И, снова помолчав, Семен продолжил свои размышления:
– Плод в утробе матери также нестерпимо и необратимо одинок, как только понимает, что не нужен единственному родному для него существу. Когда понимает, что мать хочет избавиться от него. Когда ощущает или ненависть к себе, или тупое равнодушие. Кошмар ожидания смерти еще не рожденной жизни без какого-либо шанса что-то изменить. Теплое вместилище матки становится тесной камерой, из которой невозможно выбраться. И никто не слышит его крика, когда приходит неминуемая смерть, и никто не чувствует его боли, ибо та, что отвечает за него и может спасти, находится в наркозе. Ну, а мне все равно, – грустно усмехнулся Семен, – ничего не вижу, ничего не слышу, ничего не чувствую, потому что работа у меня такая.
Семен встал и, когда выходил из палаты, увидел отражение в стеклянной двери – одна из женщин покрутила пальцем у виска.
– А что ты ожидал от этих долбаных субстратов, – подумал он почти вслух и пошел в абортарий.
– Семен Михайлович, ты чего процесс задерживаешь, – сказал недовольно Дима, – что ты там в палате субстратам лепил?
Семен, не ответив, надел фартук и стал мыть руки. Катя ушла за первой пациенткой, задержалась минут на пять, и, вернувшись, спросила, стоящего у окна Семена:
– Семен Михайлович, что вы им говорили? Одна из них сразу после вас собралась и ушла домой.
– Точно? – спросил Семен, глядя в окно.
– Да.

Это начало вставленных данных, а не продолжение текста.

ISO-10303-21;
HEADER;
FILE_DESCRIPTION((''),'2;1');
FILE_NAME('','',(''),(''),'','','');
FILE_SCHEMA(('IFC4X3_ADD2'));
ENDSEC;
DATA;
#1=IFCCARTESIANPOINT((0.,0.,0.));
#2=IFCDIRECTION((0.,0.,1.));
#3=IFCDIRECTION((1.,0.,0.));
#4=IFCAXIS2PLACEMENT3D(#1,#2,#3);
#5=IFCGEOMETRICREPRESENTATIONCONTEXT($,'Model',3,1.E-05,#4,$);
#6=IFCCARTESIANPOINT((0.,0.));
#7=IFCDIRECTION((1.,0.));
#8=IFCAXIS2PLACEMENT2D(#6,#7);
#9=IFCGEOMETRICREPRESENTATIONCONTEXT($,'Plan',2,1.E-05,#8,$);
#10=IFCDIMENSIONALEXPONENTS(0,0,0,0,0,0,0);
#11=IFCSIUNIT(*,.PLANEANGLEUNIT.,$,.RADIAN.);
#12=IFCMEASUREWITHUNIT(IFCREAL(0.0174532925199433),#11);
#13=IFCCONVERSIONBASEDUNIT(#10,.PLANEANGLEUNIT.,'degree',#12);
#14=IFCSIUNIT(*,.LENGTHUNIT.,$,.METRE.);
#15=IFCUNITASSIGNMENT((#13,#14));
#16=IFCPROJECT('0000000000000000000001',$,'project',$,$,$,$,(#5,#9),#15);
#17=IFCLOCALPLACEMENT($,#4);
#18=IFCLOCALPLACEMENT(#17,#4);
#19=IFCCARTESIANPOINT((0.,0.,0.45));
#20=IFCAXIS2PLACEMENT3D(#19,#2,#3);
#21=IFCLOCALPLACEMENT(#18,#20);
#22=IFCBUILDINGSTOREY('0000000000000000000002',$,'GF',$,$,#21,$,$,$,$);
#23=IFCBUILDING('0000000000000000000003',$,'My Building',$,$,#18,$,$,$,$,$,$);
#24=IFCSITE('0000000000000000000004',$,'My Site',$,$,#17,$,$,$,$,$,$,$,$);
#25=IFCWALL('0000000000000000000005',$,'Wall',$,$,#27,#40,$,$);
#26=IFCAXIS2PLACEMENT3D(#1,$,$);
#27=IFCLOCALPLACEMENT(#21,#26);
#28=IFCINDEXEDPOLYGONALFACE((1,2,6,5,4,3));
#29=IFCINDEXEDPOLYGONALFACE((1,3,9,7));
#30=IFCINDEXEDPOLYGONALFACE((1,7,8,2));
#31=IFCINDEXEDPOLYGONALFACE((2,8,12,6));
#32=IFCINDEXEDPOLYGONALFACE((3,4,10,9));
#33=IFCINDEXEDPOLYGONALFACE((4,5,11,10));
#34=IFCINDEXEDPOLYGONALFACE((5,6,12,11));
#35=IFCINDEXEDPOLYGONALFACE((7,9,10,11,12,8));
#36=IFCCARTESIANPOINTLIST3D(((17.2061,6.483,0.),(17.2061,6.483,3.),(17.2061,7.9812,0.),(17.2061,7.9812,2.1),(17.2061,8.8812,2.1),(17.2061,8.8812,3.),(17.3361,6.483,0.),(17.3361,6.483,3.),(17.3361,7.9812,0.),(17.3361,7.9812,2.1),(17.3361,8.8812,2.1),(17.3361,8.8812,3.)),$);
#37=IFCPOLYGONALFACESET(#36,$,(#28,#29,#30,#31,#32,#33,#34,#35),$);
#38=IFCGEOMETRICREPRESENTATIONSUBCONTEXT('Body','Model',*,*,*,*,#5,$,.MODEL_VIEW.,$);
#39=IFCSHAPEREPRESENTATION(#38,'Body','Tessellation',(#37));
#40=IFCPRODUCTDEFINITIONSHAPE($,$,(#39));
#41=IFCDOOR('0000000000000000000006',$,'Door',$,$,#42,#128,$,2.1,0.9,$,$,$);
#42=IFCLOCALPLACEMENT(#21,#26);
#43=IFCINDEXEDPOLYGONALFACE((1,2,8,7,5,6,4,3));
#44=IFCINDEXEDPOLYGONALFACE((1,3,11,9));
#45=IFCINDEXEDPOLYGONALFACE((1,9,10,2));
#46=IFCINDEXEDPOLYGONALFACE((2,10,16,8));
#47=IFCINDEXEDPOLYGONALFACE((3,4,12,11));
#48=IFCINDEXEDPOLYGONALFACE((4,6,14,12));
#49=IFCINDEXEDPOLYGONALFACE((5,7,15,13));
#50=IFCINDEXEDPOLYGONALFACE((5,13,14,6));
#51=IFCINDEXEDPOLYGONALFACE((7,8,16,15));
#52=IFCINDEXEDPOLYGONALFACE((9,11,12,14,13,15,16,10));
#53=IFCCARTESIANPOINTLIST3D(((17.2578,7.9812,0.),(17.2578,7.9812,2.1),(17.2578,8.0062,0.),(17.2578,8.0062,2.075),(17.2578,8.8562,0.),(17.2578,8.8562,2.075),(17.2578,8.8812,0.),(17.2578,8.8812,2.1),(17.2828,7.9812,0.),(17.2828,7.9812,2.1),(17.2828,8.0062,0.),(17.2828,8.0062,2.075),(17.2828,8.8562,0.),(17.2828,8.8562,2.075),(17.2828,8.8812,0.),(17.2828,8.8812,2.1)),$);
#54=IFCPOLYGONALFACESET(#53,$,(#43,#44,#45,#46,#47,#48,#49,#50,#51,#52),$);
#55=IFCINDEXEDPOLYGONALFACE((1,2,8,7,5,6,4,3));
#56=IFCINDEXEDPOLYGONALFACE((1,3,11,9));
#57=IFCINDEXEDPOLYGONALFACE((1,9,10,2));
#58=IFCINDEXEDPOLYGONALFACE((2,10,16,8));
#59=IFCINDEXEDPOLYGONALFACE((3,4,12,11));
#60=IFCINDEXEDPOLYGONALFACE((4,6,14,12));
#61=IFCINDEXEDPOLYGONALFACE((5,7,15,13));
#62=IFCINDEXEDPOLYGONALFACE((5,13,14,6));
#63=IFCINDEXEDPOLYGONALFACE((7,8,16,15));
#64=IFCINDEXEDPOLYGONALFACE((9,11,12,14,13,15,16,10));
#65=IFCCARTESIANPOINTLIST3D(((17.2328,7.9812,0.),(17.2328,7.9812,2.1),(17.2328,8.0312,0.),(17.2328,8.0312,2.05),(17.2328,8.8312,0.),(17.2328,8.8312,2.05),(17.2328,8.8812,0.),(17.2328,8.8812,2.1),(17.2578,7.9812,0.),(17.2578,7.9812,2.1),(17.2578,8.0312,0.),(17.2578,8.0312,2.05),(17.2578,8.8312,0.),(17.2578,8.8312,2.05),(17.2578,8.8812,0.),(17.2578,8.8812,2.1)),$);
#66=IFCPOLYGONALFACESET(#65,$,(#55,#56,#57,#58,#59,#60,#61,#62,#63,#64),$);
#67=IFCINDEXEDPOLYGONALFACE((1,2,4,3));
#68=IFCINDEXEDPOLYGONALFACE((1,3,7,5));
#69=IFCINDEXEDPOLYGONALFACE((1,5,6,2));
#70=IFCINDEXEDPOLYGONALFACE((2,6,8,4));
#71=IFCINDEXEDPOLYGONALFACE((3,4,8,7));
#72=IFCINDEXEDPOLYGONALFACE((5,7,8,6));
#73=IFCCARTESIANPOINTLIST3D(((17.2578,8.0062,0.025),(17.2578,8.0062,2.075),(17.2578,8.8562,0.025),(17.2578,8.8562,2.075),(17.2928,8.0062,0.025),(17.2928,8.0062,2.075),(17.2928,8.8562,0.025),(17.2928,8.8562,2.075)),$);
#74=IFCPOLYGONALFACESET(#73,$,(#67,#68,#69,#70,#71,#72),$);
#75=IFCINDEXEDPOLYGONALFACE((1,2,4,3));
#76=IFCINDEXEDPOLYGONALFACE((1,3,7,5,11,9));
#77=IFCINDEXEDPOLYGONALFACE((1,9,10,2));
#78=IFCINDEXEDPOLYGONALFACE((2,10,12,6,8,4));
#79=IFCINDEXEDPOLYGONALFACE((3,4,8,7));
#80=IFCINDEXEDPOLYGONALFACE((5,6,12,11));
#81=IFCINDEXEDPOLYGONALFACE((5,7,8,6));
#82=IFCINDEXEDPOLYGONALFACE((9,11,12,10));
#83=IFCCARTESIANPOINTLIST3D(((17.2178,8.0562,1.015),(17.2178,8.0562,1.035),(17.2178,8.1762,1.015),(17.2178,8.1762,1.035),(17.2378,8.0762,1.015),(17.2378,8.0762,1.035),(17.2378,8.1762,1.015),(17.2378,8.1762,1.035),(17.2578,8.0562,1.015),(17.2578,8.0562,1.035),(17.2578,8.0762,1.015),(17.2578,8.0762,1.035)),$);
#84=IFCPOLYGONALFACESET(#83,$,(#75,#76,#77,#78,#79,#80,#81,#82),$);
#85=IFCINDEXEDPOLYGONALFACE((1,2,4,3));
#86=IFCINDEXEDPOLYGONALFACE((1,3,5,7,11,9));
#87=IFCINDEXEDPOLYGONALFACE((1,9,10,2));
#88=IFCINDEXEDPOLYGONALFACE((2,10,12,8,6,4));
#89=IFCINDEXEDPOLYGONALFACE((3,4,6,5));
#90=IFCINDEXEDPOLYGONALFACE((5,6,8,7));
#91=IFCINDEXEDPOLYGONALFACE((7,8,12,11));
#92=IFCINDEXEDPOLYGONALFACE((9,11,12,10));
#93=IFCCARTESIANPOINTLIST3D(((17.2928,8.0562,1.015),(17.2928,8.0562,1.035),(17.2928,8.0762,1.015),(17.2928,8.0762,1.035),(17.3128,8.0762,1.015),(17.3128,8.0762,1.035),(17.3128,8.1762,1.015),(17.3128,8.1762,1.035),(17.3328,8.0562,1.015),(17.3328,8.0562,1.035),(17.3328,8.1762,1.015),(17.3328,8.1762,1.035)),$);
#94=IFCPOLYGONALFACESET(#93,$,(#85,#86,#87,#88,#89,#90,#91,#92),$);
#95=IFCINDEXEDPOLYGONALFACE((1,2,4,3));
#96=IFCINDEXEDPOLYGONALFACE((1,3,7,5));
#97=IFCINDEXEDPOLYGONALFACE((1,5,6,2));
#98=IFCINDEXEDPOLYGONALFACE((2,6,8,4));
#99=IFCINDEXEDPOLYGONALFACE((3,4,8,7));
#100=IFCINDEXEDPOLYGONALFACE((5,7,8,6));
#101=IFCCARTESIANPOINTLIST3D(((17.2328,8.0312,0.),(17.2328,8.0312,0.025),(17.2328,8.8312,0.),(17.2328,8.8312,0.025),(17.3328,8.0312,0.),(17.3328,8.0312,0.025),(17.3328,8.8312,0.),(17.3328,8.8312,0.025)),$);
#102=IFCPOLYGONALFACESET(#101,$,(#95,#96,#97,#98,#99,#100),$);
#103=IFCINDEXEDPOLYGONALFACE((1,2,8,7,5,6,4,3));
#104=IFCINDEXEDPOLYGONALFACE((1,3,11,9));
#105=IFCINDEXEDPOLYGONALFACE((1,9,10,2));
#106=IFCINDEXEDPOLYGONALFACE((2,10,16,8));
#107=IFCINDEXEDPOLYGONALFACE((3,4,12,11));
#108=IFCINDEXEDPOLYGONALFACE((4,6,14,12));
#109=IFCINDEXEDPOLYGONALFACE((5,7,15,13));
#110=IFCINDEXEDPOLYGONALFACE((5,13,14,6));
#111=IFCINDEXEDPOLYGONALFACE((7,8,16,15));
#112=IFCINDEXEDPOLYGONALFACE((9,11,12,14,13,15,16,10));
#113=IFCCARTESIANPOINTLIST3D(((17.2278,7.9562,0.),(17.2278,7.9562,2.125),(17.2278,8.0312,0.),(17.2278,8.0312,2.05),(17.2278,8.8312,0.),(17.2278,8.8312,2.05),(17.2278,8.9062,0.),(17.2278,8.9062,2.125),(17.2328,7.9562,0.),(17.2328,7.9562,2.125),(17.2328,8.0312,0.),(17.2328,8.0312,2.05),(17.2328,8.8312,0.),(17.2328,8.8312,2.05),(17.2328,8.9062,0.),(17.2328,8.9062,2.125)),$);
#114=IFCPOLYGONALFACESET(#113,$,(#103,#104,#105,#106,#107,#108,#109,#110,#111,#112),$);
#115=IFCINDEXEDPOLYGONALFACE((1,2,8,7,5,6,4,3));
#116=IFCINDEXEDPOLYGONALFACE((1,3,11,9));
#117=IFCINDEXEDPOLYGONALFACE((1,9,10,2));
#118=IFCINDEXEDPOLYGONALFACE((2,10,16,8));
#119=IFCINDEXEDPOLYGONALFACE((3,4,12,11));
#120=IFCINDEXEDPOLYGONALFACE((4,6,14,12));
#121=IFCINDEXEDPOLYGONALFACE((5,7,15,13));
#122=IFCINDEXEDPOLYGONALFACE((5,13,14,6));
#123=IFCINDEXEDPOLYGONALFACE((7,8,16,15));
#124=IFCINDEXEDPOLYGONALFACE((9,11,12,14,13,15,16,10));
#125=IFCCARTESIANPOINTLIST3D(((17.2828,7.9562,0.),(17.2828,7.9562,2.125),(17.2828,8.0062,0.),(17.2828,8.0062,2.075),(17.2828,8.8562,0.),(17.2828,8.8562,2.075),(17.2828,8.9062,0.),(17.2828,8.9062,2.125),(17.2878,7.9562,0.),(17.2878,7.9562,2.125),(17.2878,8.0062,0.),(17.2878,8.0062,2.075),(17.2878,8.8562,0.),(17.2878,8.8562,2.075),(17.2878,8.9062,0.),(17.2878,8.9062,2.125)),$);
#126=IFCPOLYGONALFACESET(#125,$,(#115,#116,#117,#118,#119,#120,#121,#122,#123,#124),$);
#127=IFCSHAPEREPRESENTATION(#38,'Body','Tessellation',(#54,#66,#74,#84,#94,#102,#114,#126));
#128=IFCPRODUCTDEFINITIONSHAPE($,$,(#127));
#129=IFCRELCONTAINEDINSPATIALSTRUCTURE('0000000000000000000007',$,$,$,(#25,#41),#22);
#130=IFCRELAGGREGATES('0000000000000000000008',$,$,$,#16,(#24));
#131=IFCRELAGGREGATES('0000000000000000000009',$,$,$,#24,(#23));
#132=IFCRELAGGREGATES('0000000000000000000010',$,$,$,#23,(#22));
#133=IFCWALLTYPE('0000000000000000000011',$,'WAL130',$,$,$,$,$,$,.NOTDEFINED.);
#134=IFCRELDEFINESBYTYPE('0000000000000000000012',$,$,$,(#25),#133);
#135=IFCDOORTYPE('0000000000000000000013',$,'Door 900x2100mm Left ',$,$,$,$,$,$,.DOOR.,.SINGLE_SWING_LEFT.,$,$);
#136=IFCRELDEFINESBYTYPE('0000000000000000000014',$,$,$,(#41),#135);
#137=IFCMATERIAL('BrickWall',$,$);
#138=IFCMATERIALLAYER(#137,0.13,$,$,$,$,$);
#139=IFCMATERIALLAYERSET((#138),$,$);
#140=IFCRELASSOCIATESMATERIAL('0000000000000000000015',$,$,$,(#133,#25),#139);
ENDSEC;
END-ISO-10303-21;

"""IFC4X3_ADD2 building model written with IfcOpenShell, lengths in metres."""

from ifc_helpers import new_model, entity, si_unit, converted_unit, frame, origin_with_axes, origin_2d_with_axis, place, context, subcontext, project, spatial, line, indexed_curve, outline, extrude, shape, source, transform, mapped, material, layer, layer_set, layer_usage, type_object, type_shapes, element, fill, save


model = new_model("IFC4X3_ADD2")

# Units and contexts
model_context = context("Model", 3, precision=1e-05, world=origin_with_axes())
plan_context = context("Plan", 2, precision=1e-05, world=origin_2d_with_axis())
body_context_1 = subcontext(model_context, "Body", "Model", "MODEL_VIEW")
body_context_2 = subcontext(plan_context, "Body", "Plan", "PLAN_VIEW")
ifc_project = project(units=[converted_unit("PLANEANGLEUNIT", "degree", entity("IfcReal", 0.0174532925199433), si_unit("PLANEANGLEUNIT", "RADIAN"), dimensions=[0, 0, 0, 0, 0, 0, 0]), si_unit("LENGTHUNIT", "METRE")], contexts=[model_context, plan_context])

# Site, building, storey
site_placement = place(None, origin_with_axes())
site = spatial("IfcSite", under=ifc_project, at=site_placement, Name="My Site")
building_placement = place(site_placement, origin_with_axes())
building = spatial("IfcBuilding", under=site, at=building_placement, Name="My Building")
storey_placement = place(building_placement, frame((0.0, 0.0, 0.45), z_axis=(0.0, 0.0, 1.0), x_axis=(1.0, 0.0, 0.0)))
storey = spatial("IfcBuildingStorey", under=building, at=storey_placement, Name="GF")

# Shared definitions
ifc_material_1 = material(Name="BrickWall")

# Wall, opening, door
ifc_layer_1 = layer(ifc_material_1, 0.13)
ifc_layer_set_1 = layer_set([ifc_layer_1])
wall_type_1 = type_object("IfcWallType", Name="WAL130", PredefinedType="NOTDEFINED", material=ifc_layer_set_1)
ifc_layer_usage_1 = layer_usage(ifc_layer_set_1, "AXIS2", "POSITIVE", 0.0)
wall_1_placement = place(storey_placement, frame((17.3361, 6.483, 0.0), z_axis=(0.0, 0.0, 1.0), x_axis=(0.0, 1.0, 0.0)))
wall_1 = element("IfcWall", 1, at=wall_1_placement, inside=storey, type_object=wall_type_1, material=ifc_layer_usage_1, Name="Wall", context=body_context_1, shape_type="SweptSolid", body=[
    extrude(outline(indexed_curve([(0.0, 0.0), (0.0, 0.13), (2.3981, 0.13), (2.3981, 0.0), (0.0, 0.0)], self_intersect=False)), origin_with_axes(), (0.0, 0.0, 1.0), 3.0),
])
shared_shape_1 = source(origin_with_axes(), body_context_1, "Body", "SweptSolid", [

Молча и никому ничего не объяснив.
Он кивнул с легкой полуулыбкой удовлетворения.
– И, все-таки, о чем ты говорил? – снова спросил Дима.
– Я сказал, что судьба крутит нас по кругу, но всегда можно попытаться сделать шаг в сторону.
И снова Семен увидел отражение в оконном стекле – Дима покачал головой и жестом изобразил, как у некоторых сносит крышу.
Что, впрочем, ничуть не изменило его приподнятого настроения. Ни сейчас, ни в течение всего трудового дня.